# Employment of Defence Platoons



## Bill Alexander (6 Jul 2000)

The Lorne Scots and Royal Montreal Regt were employed as defence platoons for brigade, corps, and army formations in WWII. (The RMR were used as regular infantry and badly mauled in the Scheldt campaign.) Does anyone have evidence of the insignia they wore in these tasks? (I had a Lt tunic to the Lorne Scots which was done up in Lorne flashes etc.
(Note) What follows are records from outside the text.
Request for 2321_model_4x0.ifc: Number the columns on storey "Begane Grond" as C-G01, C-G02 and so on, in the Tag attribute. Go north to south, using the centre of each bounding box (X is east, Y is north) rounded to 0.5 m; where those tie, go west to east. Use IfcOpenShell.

First a look at what the model holds.

```python
import ifcopenshell
import ifcopenshell.util.element
import ifcopenshell.util.placement

model = ifcopenshell.open("2321_model_4x0.ifc")
print(model.schema)
storey = next(s for s in model.by_type("IfcBuildingStorey") if s.Name == "Begane Grond")
columns = [e for e in ifcopenshell.util.element.get_decomposition(storey) if e.is_a("IfcColumn")]
for e in sorted(columns, key=lambda e: e.id()):
    origin = ifcopenshell.util.placement.get_local_placement(e.ObjectPlacement)[:3, 3]
    print(e.id(), e.Tag, e.Name, origin.round(2) + 0.0, sep=" | ")
```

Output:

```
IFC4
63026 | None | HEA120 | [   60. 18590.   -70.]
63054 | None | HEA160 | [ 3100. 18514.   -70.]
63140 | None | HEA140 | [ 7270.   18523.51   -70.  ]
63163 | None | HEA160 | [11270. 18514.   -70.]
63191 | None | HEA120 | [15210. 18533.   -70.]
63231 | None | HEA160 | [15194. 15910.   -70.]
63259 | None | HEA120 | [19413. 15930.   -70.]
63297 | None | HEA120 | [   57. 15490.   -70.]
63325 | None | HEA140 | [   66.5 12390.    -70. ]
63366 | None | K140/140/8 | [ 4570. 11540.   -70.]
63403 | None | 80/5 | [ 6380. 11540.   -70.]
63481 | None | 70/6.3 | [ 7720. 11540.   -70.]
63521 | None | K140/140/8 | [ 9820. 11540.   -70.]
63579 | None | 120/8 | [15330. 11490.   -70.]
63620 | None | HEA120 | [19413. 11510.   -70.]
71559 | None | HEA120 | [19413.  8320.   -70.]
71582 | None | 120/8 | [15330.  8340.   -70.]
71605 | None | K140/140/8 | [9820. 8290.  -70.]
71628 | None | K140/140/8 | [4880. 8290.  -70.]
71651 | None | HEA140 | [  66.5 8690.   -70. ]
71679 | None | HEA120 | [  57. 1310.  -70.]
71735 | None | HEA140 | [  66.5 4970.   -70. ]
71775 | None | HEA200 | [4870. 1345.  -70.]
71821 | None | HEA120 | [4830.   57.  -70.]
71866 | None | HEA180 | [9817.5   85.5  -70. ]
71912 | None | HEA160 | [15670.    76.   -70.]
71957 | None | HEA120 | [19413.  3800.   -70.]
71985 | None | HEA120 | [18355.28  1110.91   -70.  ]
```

```python
import ifcopenshell
import ifcopenshell.geom
import ifcopenshell.util.element
import ifcopenshell.util.shape

model = ifcopenshell.open("2321_model_4x0.ifc")
settings = ifcopenshell.geom.settings()
settings.set("use-world-coords", True)


def centre(element):
    shape = ifcopenshell.geom.create_shape(settings, element)
    return ifcopenshell.util.shape.get_bbox_centroid(shape.geometry)


storey = next(s for s in model.by_type("IfcBuildingStorey") if s.Name == "Begane Grond")
columns = [e for e in ifcopenshell.util.element.get_decomposition(storey) if e.is_a("IfcColumn")]

# Insertion points can sit at a corner or the storey origin, so sort by the geometry (in metres).
centres = {e: centre(e) for e in columns}
columns.sort(key=lambda e: (-round(centres[e][1] / 0.5), centres[e][0]))

for i, e in enumerate(columns, start=1):
    number = f"C-G{i:02d}"
    e.Tag = number
    print(e.id(), number)

model.write("2321_model_4x0_v2.ifc")
```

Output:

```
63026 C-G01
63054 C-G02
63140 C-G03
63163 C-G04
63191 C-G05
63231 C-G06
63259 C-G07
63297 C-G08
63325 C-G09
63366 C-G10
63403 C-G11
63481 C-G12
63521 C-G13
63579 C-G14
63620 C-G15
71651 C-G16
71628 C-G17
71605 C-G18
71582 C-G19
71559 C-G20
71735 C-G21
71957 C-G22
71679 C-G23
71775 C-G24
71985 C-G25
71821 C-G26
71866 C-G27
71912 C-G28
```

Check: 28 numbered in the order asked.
He had armbands with TM on them, which I assume stood for Town Major.)Were the Lorne‘s ever used as combat infantry, as the RMR were?


----------



## madorosh (6 Jul 2000)

See BATTLE DIARY by Charlie Martin.  A platoon of Lonre Scots fought in the battle for the Channel Ports, replacing a platoon of the QOR.


----------



## madorosh (6 Jul 2000)

As for insignia, during my research I contacted the regiment and the CO himself sent me some info.  My friend also has an original BD Blouse, with Lorne Scot insignia (if you look at the colour plates in my book, there is a photo of it).  The formation badge was added in by myself for that shot.
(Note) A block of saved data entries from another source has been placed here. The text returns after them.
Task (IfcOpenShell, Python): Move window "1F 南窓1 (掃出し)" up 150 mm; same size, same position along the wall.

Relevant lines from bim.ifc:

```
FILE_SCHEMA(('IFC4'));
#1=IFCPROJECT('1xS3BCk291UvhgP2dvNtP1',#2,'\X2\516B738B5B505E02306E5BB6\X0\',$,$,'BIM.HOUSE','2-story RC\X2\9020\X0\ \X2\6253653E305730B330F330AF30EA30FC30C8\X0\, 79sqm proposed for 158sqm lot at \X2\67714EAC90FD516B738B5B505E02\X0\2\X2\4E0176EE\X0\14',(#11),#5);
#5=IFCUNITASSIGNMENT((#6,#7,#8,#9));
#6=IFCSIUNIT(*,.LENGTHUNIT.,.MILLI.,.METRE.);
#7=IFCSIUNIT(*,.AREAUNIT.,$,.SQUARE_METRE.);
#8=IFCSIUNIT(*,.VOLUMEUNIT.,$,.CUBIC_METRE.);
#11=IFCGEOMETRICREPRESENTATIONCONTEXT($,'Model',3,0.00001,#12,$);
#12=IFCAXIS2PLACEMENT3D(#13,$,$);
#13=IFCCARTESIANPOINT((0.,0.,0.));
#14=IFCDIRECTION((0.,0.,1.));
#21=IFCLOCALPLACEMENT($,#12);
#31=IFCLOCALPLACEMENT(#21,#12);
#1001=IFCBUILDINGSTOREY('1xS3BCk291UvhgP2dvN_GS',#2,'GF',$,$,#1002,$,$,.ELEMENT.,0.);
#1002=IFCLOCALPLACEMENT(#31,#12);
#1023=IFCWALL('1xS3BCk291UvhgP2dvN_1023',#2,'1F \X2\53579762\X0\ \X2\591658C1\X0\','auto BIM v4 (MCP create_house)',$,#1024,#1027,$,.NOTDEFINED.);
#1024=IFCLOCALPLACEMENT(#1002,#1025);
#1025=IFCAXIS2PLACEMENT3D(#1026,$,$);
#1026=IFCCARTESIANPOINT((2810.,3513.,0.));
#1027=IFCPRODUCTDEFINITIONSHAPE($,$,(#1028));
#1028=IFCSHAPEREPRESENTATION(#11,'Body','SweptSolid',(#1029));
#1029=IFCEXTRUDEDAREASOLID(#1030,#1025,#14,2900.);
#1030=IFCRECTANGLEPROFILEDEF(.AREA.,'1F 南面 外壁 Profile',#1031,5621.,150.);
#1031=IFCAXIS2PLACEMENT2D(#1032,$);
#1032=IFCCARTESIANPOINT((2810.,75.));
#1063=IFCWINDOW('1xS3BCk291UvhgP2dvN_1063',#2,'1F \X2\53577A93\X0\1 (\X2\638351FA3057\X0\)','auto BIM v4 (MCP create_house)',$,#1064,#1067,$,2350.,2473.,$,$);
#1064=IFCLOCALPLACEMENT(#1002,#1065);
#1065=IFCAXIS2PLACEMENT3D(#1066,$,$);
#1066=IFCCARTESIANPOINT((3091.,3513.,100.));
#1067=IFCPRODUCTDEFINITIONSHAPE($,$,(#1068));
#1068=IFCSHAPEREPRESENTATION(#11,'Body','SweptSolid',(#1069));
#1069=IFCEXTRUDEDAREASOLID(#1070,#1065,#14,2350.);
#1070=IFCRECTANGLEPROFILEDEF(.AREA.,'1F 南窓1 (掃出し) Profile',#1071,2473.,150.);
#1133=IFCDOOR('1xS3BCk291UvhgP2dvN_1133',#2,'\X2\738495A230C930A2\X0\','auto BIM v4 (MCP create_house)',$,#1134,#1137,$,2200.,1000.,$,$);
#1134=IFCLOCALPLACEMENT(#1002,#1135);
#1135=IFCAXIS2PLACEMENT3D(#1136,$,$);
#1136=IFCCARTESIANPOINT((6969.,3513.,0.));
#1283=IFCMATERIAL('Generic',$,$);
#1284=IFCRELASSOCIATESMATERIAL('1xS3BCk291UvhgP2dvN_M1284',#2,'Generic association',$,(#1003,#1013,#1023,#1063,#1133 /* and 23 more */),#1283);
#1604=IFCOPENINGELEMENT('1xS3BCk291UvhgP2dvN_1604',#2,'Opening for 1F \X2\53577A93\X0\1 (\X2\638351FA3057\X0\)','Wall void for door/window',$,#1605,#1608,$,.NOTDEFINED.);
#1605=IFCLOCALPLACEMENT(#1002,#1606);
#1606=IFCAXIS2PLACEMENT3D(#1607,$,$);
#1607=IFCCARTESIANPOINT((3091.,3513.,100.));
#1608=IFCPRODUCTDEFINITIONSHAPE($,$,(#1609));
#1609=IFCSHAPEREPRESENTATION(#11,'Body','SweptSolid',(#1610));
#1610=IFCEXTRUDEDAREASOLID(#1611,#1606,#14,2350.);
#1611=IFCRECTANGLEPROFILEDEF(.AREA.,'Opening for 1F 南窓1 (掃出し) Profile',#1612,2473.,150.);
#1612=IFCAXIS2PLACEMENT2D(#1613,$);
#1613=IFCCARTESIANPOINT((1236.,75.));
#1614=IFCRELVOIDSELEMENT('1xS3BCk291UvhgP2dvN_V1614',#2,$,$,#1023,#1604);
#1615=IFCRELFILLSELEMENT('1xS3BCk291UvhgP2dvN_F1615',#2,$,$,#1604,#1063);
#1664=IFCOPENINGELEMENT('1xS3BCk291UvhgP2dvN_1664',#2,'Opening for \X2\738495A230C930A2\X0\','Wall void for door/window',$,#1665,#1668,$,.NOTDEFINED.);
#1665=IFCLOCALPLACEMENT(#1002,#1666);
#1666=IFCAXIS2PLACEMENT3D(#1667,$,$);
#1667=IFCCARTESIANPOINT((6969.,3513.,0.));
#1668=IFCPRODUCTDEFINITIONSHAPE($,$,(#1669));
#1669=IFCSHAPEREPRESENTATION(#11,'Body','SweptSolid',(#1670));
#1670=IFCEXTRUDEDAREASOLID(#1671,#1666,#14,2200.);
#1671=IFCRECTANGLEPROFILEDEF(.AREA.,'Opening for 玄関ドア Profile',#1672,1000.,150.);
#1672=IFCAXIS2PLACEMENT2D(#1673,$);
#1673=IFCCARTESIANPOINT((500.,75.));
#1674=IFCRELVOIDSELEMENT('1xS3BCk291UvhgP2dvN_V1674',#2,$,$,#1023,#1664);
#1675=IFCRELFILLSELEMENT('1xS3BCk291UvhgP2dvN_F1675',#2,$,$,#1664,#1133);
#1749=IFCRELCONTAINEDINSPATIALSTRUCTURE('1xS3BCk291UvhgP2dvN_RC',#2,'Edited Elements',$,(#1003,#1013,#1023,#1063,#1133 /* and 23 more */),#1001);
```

```python
import numpy as np
import ifcopenshell
import ifcopenshell.api.geometry
import ifcopenshell.util.placement
import ifcopenshell.util.unit

model = ifcopenshell.open("bim.ifc")
unit_scale = ifcopenshell.util.unit.calculate_unit_scale(model)

window = model.by_guid("1xS3BCk291UvhgP2dvN_1063")
opening = window.FillsVoids[0].RelatingOpeningElement
dz = 150.0

shift = np.array([0.0, 0.0, dz])
# The window is not placed relative to its opening, so move both.
for product in (opening, window):
    matrix = ifcopenshell.util.placement.get_local_placement(product.ObjectPlacement)
    matrix[:3, 3] += shift
    ifcopenshell.api.geometry.edit_object_placement(model, product=product, matrix=matrix, is_si=False)

print(f"moved by {dz * unit_scale:+.3f} m")

model.write("bim_v2.ifc")
```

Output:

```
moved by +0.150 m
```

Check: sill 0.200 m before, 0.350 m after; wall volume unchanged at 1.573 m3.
I presume that the Lorne Scots platoons wore regimental flashes and the formation badge of the formation they wer assigned to.  Look at the Reader‘s Digest 2 volume set on Canadians at War, and you will see a nice photo of Lorne Scots wearing diamond shaped Corps badges with their regimental titles.
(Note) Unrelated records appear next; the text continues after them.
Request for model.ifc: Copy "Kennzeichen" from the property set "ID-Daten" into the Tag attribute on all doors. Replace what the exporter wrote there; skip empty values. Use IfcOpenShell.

First a look at what the model holds.

```python
import ifcopenshell
import ifcopenshell.util.element

model = ifcopenshell.open("model.ifc")
print(model.schema)
doors = model.by_type("IfcDoor")
print(len(doors), "doors")
for e in doors[:8]:
    source = ifcopenshell.util.element.get_pset(e, "ID-Daten", "Kennzeichen")
    target = e.Tag
    print(e.id(), repr(source), repr(target), sep=" | ")
```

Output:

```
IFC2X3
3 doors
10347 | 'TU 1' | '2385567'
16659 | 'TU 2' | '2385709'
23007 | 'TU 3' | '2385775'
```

```python
import ifcopenshell
import ifcopenshell.util.element

model = ifcopenshell.open("model.ifc")

count = 0
for e in model.by_type("IfcDoor"):
    value = ifcopenshell.util.element.get_pset(e, "ID-Daten", "Kennzeichen")
    current = e.Tag
    if not value or not value.strip() or current == value:
        continue
    e.Tag = value
    count += 1

print(count, "doors updated")

model.write("model_rev.ifc")
```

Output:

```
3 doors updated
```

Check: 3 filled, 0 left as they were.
More soldiers served in Europe as Lorne Scots than as members of any other regiment, so their history tells us.

I don‘t know if other platoons beside the 3rd Div HQ platoon ever traded off.  I would presume they kept their own badges - in the frontline it was common to remove badges altogether, and since the steel helmet was worn instead of the balmoral/TOS, they wouldn‘t have stood out at all.

Charlie Martin says the Lorne Scots platoon acquitted itself well; it would be interesting to see what the QOR war diary had to say about it.


----------



## Art Johnson (6 Jul 2000)

Take a look at the "Horny Lornes" new web site: http://www.lornescots.com It looks like they have accepted the Queens silver. At one time they had a list of names of men who had served in the Lornes during WW II.


----------



## Bill Alexander (6 Jul 2000)

Thanks Mike and Art:
The Lornes were also a Base Depot formation and as such served as the repatriation unit for many returning soldiers. Perhaps this is part of the basis for the claim that they were the "biggest" regiment in NW Europe. I was told by one "high point" veteran that he was shuffled into the hands of the Lornes in the summer of 1945, and they promptly told him to take down his rifle regiment flashes and put up the Lorne titles. He was less than amused at the affront. A crusty rifleman told to dress up like a Scots pow guard!!! (His experience with the Lorne Defence Platoons had been of their taking pow‘s off the regiment‘s hands.)
I had a look at the Lorne site and found the data base. It included some photos, but unfortunately they aren‘t clear enough to see the formation patches. One photo clearly shows the Lorne badge on backing, but the cloth insignia can‘t be determined.
The web site also has some war diary material which suggests that other platoons were also given front line experience.


----------